I really would go for a leather strop over a buffing wheel. The wheels tend to dub over the edges more.


----------



## HorizontalMike (Jun 3, 2010)

Bandit: "...Tip: When running any edge tools on a sanding belt, place them so that the belt is running AWAY from the edge…"

Yep, part of the conversion deals with putting the belt on in a figure-8 in order to change direction. I am sure that will probably shorten belt life somewhat, but hopefully that will be minimal.

David: "...I really would go for a leather strop over a buffing wheel. ..."

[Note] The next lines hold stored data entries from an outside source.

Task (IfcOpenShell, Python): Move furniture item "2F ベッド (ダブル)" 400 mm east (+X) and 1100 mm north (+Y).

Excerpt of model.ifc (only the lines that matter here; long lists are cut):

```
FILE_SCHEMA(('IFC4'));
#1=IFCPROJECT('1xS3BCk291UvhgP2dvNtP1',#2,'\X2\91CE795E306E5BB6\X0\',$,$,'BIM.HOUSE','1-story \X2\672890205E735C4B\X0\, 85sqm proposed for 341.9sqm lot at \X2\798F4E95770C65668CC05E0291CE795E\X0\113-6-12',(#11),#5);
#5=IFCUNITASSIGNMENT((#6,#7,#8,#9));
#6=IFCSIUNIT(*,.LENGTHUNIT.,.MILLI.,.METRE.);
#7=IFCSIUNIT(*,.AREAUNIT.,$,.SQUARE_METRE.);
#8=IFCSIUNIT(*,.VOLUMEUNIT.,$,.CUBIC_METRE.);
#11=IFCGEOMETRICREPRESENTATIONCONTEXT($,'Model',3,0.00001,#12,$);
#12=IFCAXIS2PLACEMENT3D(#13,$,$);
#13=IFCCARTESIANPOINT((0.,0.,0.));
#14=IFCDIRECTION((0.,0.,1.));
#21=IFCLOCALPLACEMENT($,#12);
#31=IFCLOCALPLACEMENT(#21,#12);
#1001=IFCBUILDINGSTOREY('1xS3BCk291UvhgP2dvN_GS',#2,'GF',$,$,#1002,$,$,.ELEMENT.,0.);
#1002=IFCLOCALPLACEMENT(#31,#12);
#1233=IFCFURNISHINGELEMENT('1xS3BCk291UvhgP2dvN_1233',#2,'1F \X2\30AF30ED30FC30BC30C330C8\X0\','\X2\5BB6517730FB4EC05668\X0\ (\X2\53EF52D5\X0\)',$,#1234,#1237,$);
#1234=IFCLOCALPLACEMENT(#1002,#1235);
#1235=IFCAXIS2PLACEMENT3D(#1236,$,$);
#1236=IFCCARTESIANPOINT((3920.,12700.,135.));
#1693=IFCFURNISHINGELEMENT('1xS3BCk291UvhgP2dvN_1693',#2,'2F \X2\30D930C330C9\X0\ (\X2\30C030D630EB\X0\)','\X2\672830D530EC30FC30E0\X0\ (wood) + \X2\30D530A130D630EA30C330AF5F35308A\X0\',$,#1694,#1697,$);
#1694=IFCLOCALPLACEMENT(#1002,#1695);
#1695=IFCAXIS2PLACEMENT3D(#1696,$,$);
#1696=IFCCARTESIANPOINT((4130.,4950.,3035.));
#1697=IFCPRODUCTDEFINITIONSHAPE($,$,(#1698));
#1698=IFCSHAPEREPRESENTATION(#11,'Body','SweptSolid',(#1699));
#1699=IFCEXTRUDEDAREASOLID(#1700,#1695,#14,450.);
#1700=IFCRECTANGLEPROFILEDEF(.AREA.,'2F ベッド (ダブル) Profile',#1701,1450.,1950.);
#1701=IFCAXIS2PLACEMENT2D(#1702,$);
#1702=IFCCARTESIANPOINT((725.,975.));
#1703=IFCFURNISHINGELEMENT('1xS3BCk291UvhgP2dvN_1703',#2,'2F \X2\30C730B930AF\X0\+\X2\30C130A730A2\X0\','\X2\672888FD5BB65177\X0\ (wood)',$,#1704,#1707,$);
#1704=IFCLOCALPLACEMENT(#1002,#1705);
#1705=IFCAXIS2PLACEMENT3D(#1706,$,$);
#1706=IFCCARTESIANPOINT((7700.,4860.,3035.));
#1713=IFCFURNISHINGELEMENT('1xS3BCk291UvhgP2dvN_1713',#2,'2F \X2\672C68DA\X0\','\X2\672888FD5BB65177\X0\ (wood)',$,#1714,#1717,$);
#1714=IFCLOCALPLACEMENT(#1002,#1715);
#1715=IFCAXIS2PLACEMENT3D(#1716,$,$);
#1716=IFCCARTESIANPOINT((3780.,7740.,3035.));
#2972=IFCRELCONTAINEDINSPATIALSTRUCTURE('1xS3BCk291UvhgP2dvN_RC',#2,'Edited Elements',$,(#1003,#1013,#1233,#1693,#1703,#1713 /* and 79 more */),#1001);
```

```python
import ifcopenshell
import ifcopenshell.api.geometry
import ifcopenshell.util.placement
import ifcopenshell.util.unit

model = ifcopenshell.open("model.ifc")
unit_scale = ifcopenshell.util.unit.calculate_unit_scale(model)

item = model.by_guid("1xS3BCk291UvhgP2dvN_1693")
matrix = ifcopenshell.util.placement.get_local_placement(item.ObjectPlacement)
matrix[0, 3] += 0.4 / unit_scale
matrix[1, 3] += 1.1 / unit_scale
ifcopenshell.api.geometry.edit_object_placement(model, product=item, matrix=matrix, is_si=False)

print(ifcopenshell.util.placement.get_local_placement(item.ObjectPlacement).round(3) + 0.0)

model.write("model_edited.ifc")
```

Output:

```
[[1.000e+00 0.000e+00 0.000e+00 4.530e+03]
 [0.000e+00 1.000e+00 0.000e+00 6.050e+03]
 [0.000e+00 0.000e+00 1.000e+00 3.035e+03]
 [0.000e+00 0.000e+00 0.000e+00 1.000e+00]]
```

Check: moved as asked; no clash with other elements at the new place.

Good idea. If the buffing wheel works out less than ideal, I might think of adding/replacing with a leather honing wheel like this one from Tormak:
A this rate, I might be able to have a tricked out system for maybe $150-$200. We''ll see. It sure will top the $379 for a T-3, or the $639 for the T-7, that's for sure. I am mostly thinking of this for the turning tools, as I am comfortable with manually sharpening/honing my hand plane blades anyway.

$42.00









OR THIS ONE BELOW This one is just 3 1/2in in diameter with a max 600 RPM rating. Crap-Will NOT work on this sander. But will on my 8in drill press…hmm…now that is an idea…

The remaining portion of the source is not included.